Tuesday, December 8, 2009

Steven Galloway's Masterful Work

I sat down with Steven Galloway at Helen's Café to discuss hockey, the future of electric cars, and the process of writing his internationally acclaimed, "The Cellist of Sarajevo."

"The time after a book’s publication can be an intense, exhilarating, soul-baring experience for a writer. Book tours, public readings, fan mail, critical reviews all come in one big time-compressed period, then the writer returns to isolation and, hopefully, another book. But for Steven Galloway, one year after publishing his third book, The Cellist of Sarajevo, the accolades and demands haven’t stopped." Read the full feature...

Thursday, September 10, 2009

Cooped Up?

Wednesday, September 30 at 8pm
The Brickhouse, 730 Main Street

Wear your plaid, dungarees, overalls, long johns - c'mon people, it's CABIN FEVER.
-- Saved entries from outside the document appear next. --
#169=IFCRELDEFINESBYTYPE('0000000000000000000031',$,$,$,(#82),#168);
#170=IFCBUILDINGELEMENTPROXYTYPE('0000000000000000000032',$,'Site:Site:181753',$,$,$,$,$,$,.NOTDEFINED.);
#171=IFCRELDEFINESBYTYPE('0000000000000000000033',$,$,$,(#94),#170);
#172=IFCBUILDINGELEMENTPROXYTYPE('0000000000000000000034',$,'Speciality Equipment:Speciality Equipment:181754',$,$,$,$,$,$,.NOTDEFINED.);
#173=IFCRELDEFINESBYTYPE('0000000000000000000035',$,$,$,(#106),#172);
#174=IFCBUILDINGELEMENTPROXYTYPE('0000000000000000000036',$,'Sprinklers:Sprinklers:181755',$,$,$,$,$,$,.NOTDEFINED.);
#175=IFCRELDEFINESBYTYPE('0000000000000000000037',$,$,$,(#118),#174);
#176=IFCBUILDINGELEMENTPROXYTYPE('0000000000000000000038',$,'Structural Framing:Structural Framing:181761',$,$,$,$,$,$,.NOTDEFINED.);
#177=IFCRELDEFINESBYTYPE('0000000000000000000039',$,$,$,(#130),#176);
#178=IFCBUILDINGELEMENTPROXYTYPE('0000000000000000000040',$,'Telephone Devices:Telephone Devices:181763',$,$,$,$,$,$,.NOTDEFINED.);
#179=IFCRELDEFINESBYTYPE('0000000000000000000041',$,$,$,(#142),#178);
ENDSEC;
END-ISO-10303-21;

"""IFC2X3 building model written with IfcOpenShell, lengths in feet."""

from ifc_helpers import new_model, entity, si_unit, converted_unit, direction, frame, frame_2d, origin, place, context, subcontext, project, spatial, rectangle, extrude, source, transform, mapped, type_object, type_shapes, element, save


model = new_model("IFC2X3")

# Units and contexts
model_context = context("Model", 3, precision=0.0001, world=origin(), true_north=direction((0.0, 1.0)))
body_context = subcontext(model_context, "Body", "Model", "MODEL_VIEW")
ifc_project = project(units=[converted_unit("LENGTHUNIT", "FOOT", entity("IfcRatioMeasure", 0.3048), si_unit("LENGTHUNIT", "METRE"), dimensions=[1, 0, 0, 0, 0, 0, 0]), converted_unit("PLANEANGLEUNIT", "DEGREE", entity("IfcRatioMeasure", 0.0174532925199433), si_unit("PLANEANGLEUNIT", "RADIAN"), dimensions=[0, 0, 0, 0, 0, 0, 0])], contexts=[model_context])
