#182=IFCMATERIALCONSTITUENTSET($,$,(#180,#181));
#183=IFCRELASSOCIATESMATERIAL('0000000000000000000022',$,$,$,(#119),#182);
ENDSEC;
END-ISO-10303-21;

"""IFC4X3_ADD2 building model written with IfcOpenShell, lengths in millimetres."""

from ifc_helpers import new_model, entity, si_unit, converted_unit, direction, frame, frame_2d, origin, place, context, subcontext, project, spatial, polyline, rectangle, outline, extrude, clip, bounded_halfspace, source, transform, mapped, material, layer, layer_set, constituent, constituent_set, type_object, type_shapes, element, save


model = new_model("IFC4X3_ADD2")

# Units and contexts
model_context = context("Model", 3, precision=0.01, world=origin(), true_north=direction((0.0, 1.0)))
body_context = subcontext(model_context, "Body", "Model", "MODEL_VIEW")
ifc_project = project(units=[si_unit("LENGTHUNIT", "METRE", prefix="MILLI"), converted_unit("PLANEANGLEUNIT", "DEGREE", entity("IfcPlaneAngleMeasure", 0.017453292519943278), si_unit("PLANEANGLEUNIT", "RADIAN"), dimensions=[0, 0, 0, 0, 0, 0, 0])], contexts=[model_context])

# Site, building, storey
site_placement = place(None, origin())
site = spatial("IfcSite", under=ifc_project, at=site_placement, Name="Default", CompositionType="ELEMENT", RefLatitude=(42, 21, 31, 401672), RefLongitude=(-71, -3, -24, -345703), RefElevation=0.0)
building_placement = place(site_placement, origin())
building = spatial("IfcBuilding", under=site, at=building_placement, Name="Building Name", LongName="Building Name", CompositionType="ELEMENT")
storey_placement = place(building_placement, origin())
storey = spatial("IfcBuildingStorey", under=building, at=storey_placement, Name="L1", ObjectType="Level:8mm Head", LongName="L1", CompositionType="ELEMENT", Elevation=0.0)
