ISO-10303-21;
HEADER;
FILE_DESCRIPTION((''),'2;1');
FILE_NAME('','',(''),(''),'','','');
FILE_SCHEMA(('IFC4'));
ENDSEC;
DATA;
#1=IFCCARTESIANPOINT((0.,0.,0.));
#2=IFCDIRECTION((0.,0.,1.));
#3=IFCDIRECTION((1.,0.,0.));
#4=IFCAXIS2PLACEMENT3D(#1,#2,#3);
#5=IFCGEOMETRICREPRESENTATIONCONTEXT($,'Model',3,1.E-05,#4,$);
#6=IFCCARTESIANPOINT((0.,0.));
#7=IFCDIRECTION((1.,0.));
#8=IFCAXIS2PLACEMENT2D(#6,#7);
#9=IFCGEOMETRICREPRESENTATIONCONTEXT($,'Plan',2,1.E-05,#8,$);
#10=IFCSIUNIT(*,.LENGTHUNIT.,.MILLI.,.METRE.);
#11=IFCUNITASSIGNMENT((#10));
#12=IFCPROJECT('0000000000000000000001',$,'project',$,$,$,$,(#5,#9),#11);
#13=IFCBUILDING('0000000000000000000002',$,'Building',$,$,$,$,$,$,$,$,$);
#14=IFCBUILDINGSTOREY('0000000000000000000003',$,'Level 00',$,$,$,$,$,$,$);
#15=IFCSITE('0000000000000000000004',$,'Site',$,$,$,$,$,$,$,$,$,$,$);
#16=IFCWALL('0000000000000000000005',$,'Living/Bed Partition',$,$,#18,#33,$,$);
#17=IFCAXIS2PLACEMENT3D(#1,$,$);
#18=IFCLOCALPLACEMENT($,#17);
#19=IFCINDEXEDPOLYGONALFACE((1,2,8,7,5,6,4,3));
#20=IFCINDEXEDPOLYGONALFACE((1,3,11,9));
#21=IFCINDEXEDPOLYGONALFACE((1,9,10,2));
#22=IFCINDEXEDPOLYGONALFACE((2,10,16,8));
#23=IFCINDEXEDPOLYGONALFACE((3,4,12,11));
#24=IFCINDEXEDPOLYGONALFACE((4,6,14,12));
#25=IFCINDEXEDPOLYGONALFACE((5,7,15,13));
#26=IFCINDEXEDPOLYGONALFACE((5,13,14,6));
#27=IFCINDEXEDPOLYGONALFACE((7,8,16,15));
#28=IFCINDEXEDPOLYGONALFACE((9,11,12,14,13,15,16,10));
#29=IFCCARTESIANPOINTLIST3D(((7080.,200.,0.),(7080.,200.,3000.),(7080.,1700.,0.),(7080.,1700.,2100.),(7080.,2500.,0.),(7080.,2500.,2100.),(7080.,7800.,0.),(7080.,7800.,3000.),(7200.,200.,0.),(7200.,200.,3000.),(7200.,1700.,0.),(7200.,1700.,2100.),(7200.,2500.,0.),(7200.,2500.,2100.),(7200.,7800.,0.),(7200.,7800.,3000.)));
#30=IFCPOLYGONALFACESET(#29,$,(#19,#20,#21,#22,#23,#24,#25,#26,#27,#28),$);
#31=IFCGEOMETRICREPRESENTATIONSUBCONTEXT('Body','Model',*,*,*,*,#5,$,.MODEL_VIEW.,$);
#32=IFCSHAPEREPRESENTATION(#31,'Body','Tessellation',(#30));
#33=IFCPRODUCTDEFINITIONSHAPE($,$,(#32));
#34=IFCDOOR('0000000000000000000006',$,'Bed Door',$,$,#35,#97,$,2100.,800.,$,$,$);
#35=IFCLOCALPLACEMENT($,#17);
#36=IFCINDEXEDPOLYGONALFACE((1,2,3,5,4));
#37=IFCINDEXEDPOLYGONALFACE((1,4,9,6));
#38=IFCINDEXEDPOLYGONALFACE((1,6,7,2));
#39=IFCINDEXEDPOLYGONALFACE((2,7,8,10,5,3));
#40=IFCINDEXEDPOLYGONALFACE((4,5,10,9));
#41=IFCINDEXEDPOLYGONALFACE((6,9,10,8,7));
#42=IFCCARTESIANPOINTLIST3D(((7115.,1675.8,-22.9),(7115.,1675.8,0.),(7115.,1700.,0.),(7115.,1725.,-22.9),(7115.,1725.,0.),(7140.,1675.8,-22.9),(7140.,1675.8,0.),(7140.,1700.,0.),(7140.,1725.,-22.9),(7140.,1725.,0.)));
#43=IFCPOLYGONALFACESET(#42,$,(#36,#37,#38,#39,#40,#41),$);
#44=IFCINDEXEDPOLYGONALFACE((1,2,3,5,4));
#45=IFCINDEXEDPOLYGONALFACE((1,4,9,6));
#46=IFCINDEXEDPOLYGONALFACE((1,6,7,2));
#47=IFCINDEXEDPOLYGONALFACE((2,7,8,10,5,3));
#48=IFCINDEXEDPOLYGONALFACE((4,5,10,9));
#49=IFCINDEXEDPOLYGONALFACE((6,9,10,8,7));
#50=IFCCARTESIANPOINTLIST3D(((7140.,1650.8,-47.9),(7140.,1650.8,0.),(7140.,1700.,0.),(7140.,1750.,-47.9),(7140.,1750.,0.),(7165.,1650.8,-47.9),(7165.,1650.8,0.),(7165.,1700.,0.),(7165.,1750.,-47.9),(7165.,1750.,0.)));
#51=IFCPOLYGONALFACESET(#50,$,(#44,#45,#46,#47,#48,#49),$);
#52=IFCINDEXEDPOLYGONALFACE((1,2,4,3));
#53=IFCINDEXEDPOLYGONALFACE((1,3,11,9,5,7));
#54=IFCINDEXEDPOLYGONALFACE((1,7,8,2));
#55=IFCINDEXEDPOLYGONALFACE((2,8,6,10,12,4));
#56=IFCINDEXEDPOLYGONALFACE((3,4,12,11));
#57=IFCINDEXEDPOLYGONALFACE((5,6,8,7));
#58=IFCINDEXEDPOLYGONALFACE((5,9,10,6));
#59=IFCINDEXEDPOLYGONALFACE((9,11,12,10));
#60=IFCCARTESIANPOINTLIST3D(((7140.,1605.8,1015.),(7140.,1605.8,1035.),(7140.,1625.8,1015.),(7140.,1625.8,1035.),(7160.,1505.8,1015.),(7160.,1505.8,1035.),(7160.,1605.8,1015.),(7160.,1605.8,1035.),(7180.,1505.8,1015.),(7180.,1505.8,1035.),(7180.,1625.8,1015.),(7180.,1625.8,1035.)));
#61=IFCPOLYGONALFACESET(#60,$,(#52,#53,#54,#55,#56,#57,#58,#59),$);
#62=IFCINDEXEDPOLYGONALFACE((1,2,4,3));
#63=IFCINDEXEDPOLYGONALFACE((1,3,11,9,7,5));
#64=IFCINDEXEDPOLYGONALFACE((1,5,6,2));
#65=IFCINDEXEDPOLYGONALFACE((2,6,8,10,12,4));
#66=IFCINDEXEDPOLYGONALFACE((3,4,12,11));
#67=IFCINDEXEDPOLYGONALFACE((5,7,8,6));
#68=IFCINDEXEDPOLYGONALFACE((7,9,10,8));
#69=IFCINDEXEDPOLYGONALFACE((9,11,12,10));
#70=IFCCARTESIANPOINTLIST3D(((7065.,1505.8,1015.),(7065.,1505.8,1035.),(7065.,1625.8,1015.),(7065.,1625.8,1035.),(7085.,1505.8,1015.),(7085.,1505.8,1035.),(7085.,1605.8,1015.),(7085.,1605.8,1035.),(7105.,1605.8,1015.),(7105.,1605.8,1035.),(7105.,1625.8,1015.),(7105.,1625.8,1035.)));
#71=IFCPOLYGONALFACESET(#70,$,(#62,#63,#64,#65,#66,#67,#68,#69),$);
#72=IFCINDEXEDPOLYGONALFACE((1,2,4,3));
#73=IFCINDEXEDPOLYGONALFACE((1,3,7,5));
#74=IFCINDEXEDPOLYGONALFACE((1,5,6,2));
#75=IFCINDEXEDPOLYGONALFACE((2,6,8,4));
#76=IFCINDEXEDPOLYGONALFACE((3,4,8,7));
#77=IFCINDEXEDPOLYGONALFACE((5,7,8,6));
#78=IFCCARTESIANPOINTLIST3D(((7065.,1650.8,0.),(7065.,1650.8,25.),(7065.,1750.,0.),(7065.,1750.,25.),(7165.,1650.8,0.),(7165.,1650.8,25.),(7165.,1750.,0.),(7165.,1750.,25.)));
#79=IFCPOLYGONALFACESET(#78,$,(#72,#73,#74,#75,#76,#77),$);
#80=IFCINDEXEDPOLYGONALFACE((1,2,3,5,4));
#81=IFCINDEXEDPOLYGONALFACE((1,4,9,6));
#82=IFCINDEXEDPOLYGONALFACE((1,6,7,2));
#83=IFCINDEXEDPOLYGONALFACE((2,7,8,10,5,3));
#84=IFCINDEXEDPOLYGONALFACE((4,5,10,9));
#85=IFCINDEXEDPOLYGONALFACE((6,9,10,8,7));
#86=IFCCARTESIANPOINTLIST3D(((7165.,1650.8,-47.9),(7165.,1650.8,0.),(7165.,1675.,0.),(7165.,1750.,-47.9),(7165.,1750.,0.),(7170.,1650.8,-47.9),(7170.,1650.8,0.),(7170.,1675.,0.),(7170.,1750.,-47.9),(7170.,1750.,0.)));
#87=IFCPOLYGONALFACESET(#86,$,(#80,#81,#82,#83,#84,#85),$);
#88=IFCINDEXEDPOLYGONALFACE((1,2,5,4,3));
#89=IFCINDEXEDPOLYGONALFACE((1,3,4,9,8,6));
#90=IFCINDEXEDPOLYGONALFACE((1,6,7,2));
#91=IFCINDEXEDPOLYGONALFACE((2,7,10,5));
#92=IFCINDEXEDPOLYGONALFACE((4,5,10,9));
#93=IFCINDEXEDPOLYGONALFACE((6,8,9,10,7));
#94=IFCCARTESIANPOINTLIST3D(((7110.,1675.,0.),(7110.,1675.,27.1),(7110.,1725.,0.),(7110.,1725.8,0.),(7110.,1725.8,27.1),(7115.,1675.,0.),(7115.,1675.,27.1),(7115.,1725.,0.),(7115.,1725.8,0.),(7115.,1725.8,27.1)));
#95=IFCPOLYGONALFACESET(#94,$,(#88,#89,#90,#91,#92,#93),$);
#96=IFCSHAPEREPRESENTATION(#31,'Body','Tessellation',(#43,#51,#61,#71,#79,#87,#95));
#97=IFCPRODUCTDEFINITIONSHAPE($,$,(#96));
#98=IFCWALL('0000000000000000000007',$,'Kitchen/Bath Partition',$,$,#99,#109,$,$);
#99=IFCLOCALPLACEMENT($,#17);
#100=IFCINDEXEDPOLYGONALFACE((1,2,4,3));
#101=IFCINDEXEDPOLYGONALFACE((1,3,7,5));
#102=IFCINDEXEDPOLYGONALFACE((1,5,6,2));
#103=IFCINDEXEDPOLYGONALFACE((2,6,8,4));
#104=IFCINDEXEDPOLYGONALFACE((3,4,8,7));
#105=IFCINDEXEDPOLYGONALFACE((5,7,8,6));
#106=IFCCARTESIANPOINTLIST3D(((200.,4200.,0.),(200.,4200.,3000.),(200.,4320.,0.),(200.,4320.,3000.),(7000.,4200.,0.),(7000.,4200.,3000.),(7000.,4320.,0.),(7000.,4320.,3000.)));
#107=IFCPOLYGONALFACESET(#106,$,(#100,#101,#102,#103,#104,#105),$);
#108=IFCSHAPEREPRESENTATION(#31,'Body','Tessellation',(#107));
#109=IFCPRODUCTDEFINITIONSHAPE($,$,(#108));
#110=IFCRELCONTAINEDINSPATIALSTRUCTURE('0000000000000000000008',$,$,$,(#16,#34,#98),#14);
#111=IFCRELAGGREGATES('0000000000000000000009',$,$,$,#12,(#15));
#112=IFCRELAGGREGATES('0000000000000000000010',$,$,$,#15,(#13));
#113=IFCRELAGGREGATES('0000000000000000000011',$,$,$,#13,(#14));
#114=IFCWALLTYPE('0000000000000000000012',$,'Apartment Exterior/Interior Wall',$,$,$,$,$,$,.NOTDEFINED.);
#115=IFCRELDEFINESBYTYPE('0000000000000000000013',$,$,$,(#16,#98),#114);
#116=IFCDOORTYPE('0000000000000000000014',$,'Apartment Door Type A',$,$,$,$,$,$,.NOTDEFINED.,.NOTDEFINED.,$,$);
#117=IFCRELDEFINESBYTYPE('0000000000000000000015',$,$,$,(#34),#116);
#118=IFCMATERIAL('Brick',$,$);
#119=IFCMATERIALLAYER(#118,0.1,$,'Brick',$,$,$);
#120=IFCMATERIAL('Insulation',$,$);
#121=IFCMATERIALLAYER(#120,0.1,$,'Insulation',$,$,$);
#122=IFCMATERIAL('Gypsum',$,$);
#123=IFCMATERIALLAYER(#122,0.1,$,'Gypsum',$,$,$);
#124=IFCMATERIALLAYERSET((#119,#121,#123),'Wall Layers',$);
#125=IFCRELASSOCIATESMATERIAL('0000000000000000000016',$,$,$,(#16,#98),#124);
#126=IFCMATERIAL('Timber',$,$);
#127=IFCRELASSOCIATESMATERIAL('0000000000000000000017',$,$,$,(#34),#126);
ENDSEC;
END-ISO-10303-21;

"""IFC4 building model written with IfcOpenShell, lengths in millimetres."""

from ifc_helpers import new_model, si_unit, frame, origin_with_axes, origin_2d_with_axis, place, context, subcontext, project, spatial, line, indexed_curve, outline, extrude, material, layer, layer_set, layer_usage, type_object, element, fill, save


model = new_model("IFC4")

# Units and contexts
model_context = context("Model", 3, precision=1e-05, world=origin_with_axes())
plan_context = context("Plan", 2, precision=1e-05, world=origin_2d_with_axis())
body_context = subcontext(model_context, "Body", "Model", "MODEL_VIEW")
ifc_project = project(units=[si_unit("LENGTHUNIT", "METRE", prefix="MILLI")], contexts=[model_context, plan_context])

# Site, building, storey
site = spatial("IfcSite", under=ifc_project, Name="Site")
building = spatial("IfcBuilding", under=site, Name="Building")
storey = spatial("IfcBuildingStorey", under=building, Name="Level 00")

# Shared definitions
ifc_material_1 = material(Name="Brick")
ifc_layer_1 = layer(ifc_material_1, 0.1, Name="Brick")
ifc_material_2 = material(Name="Insulation")
ifc_layer_2 = layer(ifc_material_2, 0.1, Name="Insulation")
ifc_material_3 = material(Name="Gypsum")
ifc_layer_3 = layer(ifc_material_3, 0.1, Name="Gypsum")
ifc_layer_set = layer_set([ifc_layer_1, ifc_layer_2, ifc_layer_3], Name="Wall Layers")
ifc_layer_usage = layer_usage(ifc_layer_set, "AXIS2", "POSITIVE", 0.0)
wall_type = type_object("IfcWallType", Name="Apartment Exterior/Interior Wall", PredefinedType="NOTDEFINED")
ifc_material_4 = material(Name="Timber")
door_type = type_object("IfcDoorType", Name="Apartment Door Type A", OperationType="NOTDEFINED", PredefinedType="NOTDEFINED")

# Wall, opening, door
wall_1_placement = place(None, frame((7200.0, 200.0, 0.0), z_axis=(0.0, 0.0, 1.0), x_axis=(0.0, 1.0, 0.0)))
wall_1 = element("IfcWall", 1, at=wall_1_placement, inside=storey, type_object=wall_type, material=ifc_layer_usage, Name="Living/Bed Partition", context=body_context, shape_type="SweptSolid", body=[
    extrude(outline(indexed_curve([(0.0, 0.0), (0.0, 120.0), (7600.0, 120.0), (7600.0, 0.0), (0.0, 0.0)], self_intersect=False)), origin_with_axes(), (0.0, 0.0, 1.0), 3000.0),
])
opening_1_placement = place(wall_1_placement, frame((1500.0, -12.0, 0.0), z_axis=(0.0, 0.0, 1.0), x_axis=(1.0, 0.0, 0.0)))
opening_1 = element("IfcOpeningElement", 2, at=opening_1_placement, cuts=wall_1, context=body_context, shape_type="SweptSolid", body=[
    extrude(outline(indexed_curve([(0.0, 0.0), (0.0, 144.0), (800.0, 144.0), (800.0, 0.0), (0.0, 0.0)], self_intersect=False)), origin_with_axes(), (0.0, 0.0, 1.0), 2100.0),
])
door_1_placement = place(opening_1_placement, frame((0.0, 47.0, 0.0), z_axis=(0.0, 0.0, 1.0), x_axis=(1.0, 0.0, 0.0)))
door_1 = element("IfcDoor", 3, at=door_1_placement, inside=storey, type_object=door_type, material=ifc_material_4, Name="Bed Door", OverallHeight=2100.0, OverallWidth=800.0, context=body_context, shape_type="SweptSolid", body=[
    extrude(outline(indexed_curve([(0.0, 0.0), (0.0, 2.1), (0.8, 2.1), (0.8, 0.0), (-24.2, 0.0), (-24.2, -22.9), (25.0, -22.9), (25.0, 0.0)], segments=[line(1, 2, 3, 4, 5, 6, 7, 8, 1)])), frame((0.0, 25.0, 0.0), z_axis=(0.0, -1.0, 0.0), x_axis=(1.0, 0.0, 0.0)), (0.0, 0.0, -1.0), 25.0),
    extrude(outline(indexed_curve([(0.0, 0.0), (0.0, 2.1), (0.8, 2.1), (0.8, 0.0), (-49.2, 0.0), (-49.2, -47.9), (50.0, -47.9), (50.0, 0.0)], segments=[line(1, 2, 3, 4, 5, 6, 7, 8, 1)])), frame((0.0, 0.0, 0.0), z_axis=(0.0, -1.0, 0.0), x_axis=(1.0, 0.0, 0.0)), (0.0, 0.0, -1.0), 25.0),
Join West Coast contributors Charlotte Gill, Jaspreet Singh and John Vigna as we celebrate the launch of CABIN FEVER, the Banff Centre's newest literary journalism anthology.

Sunday, August 30, 2009

Cabin Fever

My personal essay, "The Ballad of Big and Small," will appear in the forthcoming Banff Literary Journalism anthology. It's a huge honour for me, as I've long been a fan of the Banff Centre non-fiction anthologies.

CABIN FEVER: THE BEST IN NEW CANADIAN NON-FICTION offers the finest and most daring work by Banff Literary Journalism participants of the past six years. Edited by Moira Farr and Ian Pearson, and published by Thomas Allen, the anthology features the work of: Taras Grescoe, Jeff Warren, Megan Williams, Bill Reynolds, Charlotte Gill, John Vigna, Margaret Webb, Jaspreet Singh, Jeremy Klaszus, Deborah Ostrovsky, Jonathan Garfinkel, Penney Kome, and Andrew Westoll.

Sunday, May 10, 2009

Fill 'Er Up

How does an aging logger who loses his wife and daughters in a horrific car crash spend his first holiday long weekend without them?

"Because it’s the Thanksgiving weekend, he hangs around with the others at the end of the shift. They are a new crew, young, earnest, eager to provide for their families. He doesn’t trust them, their big talk and brazen work, sloppy and sometimes haphazard. By the third beer, he’s heard all he can take. He crushes the empties in his fist, tosses them in the slash, flexes his hand, the knuckles gnarled like lug nuts, strands of jagged scars across the top, and shakes out the numbness. He slings the rest of his six-pack, drops it in the cooler behind his seat, slams the tailgate shut and starts the truck. In his side-mirror, through the dust, one of the guys throws a can at his rear. Another raises a rifle."